### [Data for review]
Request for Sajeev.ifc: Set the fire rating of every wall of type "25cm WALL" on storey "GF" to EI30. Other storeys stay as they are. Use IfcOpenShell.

First a look at what the model holds.

```python
import ifcopenshell
import ifcopenshell.util.element

model = ifcopenshell.open("Sajeev.ifc")
print(model.schema)
storey = next(s for s in model.by_type("IfcBuildingStorey") if s.Name == "GF")
walls = [e for e in ifcopenshell.util.element.get_decomposition(storey) if e.is_a("IfcWall")]
seen = {}
for e in walls:
    element_type = ifcopenshell.util.element.get_type(e)
    key = (element_type.Name if element_type != e and element_type else None, ifcopenshell.util.element.get_pset(e, "Pset_WallCommon", "FireRating"))
    seen[key] = seen.get(key, 0) + 1
for (name, value), count in sorted(seen.items(), key=str):
    print(count, "x", name, "|", value)
```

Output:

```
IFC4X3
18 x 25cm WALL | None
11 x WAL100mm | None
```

```python
import ifcopenshell
import ifcopenshell.api.pset
import ifcopenshell.util.element

model = ifcopenshell.open("Sajeev.ifc")

storey = next(s for s in model.by_type("IfcBuildingStorey") if s.Name == "GF")
walls = [e for e in ifcopenshell.util.element.get_decomposition(storey) if e.is_a("IfcWall")]

count = 0
for e in walls:
    element_type = ifcopenshell.util.element.get_type(e)
    if element_type in (None, e) or element_type.Name != "25cm WALL":
        continue
    # add_pset returns the element's existing set when there is one.
    pset = ifcopenshell.api.pset.add_pset(model, product=e, name="Pset_WallCommon")
    ifcopenshell.api.pset.edit_pset(model, pset=pset, properties={"FireRating": "EI30"})
    count += 1

print(count, "walls updated")

model.write("Sajeev_v2.ifc")
```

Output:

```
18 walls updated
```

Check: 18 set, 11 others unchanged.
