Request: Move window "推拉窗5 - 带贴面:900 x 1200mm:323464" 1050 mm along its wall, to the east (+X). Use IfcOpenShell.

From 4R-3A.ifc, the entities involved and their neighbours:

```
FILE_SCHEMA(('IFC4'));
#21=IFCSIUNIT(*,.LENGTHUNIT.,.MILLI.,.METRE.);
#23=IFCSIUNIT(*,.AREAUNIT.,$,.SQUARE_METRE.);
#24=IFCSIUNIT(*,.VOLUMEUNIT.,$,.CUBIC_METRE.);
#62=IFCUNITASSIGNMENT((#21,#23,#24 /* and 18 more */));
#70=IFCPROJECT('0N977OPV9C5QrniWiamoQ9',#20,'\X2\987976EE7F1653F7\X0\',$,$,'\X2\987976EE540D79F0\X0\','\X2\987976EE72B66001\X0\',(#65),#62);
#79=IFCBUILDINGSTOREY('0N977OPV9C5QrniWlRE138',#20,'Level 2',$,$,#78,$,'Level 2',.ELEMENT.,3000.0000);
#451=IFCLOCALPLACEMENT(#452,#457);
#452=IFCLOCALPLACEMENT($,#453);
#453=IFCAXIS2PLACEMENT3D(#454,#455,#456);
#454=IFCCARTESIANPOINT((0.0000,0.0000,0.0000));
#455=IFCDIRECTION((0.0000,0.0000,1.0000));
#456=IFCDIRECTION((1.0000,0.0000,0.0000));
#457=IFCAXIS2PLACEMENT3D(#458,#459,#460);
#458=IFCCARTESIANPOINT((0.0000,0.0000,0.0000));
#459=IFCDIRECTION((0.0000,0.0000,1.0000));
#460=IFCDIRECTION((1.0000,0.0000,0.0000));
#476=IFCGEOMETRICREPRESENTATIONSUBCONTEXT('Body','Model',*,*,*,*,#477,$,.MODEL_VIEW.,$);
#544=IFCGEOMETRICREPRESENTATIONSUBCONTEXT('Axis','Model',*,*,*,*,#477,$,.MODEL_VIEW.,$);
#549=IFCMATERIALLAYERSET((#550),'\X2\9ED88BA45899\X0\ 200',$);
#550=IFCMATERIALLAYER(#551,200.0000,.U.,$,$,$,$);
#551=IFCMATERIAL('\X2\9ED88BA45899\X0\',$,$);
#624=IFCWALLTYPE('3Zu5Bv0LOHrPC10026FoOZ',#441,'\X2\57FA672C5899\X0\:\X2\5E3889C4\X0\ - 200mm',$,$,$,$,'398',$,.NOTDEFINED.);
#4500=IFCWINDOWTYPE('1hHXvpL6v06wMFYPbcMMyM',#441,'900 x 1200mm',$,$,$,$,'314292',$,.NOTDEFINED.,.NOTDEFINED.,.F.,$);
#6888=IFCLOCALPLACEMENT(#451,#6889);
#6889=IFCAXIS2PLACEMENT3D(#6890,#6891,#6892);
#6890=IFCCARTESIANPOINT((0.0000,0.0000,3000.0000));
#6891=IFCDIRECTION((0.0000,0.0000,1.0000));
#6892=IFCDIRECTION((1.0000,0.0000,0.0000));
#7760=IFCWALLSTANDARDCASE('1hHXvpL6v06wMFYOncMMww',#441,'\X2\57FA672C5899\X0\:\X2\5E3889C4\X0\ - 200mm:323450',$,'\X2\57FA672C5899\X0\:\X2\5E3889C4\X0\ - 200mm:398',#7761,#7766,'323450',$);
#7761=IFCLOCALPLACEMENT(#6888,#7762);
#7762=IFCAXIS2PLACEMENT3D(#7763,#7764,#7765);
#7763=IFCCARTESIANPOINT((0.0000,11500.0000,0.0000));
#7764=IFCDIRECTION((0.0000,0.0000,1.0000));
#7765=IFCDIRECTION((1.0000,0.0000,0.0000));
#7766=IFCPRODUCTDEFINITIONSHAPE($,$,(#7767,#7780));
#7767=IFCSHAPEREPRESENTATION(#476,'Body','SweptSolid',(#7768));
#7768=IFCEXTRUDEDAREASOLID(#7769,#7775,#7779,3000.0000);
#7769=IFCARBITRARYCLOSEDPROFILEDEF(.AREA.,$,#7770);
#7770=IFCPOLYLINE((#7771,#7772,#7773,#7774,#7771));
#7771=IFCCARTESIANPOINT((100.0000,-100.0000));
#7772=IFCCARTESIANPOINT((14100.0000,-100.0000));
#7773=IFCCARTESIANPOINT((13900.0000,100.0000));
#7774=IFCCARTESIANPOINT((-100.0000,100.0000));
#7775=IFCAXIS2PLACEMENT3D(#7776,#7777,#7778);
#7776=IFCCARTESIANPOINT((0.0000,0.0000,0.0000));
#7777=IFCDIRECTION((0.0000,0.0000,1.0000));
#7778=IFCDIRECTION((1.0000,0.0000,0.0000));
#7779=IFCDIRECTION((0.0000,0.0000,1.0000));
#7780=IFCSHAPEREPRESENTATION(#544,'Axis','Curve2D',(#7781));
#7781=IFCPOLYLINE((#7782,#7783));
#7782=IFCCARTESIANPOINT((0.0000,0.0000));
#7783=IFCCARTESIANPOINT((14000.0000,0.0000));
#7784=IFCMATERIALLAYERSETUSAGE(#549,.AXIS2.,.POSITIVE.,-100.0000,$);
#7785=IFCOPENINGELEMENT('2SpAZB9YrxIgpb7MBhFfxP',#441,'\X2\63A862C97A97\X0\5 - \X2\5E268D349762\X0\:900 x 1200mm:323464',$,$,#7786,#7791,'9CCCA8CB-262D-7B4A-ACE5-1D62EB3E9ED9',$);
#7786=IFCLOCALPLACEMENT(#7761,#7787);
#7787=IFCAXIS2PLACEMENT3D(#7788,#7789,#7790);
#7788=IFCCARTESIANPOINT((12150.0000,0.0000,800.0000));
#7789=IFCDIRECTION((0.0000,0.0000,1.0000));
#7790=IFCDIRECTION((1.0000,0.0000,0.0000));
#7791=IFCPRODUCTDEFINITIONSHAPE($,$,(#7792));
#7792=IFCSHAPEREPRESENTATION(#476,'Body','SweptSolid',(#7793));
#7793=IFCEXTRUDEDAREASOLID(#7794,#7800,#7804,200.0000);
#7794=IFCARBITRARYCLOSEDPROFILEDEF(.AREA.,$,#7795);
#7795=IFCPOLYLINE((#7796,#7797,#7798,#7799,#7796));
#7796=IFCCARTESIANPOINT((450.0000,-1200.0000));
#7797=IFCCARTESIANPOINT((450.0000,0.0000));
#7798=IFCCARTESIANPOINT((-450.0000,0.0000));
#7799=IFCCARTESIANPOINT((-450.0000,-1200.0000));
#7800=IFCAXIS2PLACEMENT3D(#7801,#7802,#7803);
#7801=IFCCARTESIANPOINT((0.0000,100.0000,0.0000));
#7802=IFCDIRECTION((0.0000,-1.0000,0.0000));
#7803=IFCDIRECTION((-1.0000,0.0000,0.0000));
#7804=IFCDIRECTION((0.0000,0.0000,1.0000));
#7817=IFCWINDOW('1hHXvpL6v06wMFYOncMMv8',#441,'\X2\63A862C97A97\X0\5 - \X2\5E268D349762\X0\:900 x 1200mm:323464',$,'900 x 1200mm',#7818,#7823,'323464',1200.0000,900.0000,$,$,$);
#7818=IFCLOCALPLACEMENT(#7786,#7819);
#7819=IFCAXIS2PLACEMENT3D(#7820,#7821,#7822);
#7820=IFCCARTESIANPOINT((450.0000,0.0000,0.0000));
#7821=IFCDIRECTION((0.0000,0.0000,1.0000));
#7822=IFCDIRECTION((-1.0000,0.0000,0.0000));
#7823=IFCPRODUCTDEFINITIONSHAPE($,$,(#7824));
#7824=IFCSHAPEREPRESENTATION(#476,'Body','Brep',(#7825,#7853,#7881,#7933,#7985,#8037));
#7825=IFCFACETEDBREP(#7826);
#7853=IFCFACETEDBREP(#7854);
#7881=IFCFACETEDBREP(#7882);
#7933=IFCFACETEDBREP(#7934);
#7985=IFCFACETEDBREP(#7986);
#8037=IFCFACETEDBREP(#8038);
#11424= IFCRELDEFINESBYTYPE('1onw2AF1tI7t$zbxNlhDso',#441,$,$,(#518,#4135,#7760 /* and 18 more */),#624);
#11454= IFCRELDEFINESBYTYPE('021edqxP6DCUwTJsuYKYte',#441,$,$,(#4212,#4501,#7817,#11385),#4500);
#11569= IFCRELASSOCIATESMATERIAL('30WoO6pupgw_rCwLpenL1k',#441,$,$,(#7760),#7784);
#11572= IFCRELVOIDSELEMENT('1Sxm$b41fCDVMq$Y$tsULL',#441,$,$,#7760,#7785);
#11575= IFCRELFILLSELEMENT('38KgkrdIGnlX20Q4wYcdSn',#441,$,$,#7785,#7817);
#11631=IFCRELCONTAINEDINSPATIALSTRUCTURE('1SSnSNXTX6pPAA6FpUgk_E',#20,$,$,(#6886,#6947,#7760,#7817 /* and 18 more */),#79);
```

```python
import ifcopenshell
import ifcopenshell.api.geometry
import ifcopenshell.util.placement
import ifcopenshell.util.unit

model = ifcopenshell.open("4R-3A.ifc")
unit_scale = ifcopenshell.util.unit.calculate_unit_scale(model)

window = model.by_guid("1hHXvpL6v06wMFYOncMMv8")
opening = window.FillsVoids[0].RelatingOpeningElement
wall = opening.VoidsElements[0].RelatingBuildingElement

wall_matrix = ifcopenshell.util.placement.get_local_placement(wall.ObjectPlacement)
shift = wall_matrix[:3, 0] * 1.05 / unit_scale
before = ifcopenshell.util.placement.get_local_placement(window.ObjectPlacement)[:3, 3].copy()

# The window is placed relative to its opening, so it follows when the opening moves.
matrix = ifcopenshell.util.placement.get_local_placement(opening.ObjectPlacement)
matrix[:3, 3] += shift
ifcopenshell.api.geometry.edit_object_placement(
    model, product=opening, matrix=matrix, is_si=False, should_transform_children=True
)

after = ifcopenshell.util.placement.get_local_placement(window.ObjectPlacement)[:3, 3]
print("window moved by", (after - before).round(3) + 0.0)

model.write("4R-3A_updated.ifc")
```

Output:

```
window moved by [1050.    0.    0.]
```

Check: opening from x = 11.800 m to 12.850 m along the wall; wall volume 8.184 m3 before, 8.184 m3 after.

### [Work item]
What are the lines of the data above that include the string "along"? Copy them.

### [Response for this exercise]
Request: Move window "推拉窗5 - 带贴面:900 x 1200mm:323464" 1050 mm along its wall, to the east (+X). Use IfcOpenShell.
Check: opening from x = 11.800 m to 12.850 m along the wall; wall volume 8.184 m3 before, 8.184 m3 after.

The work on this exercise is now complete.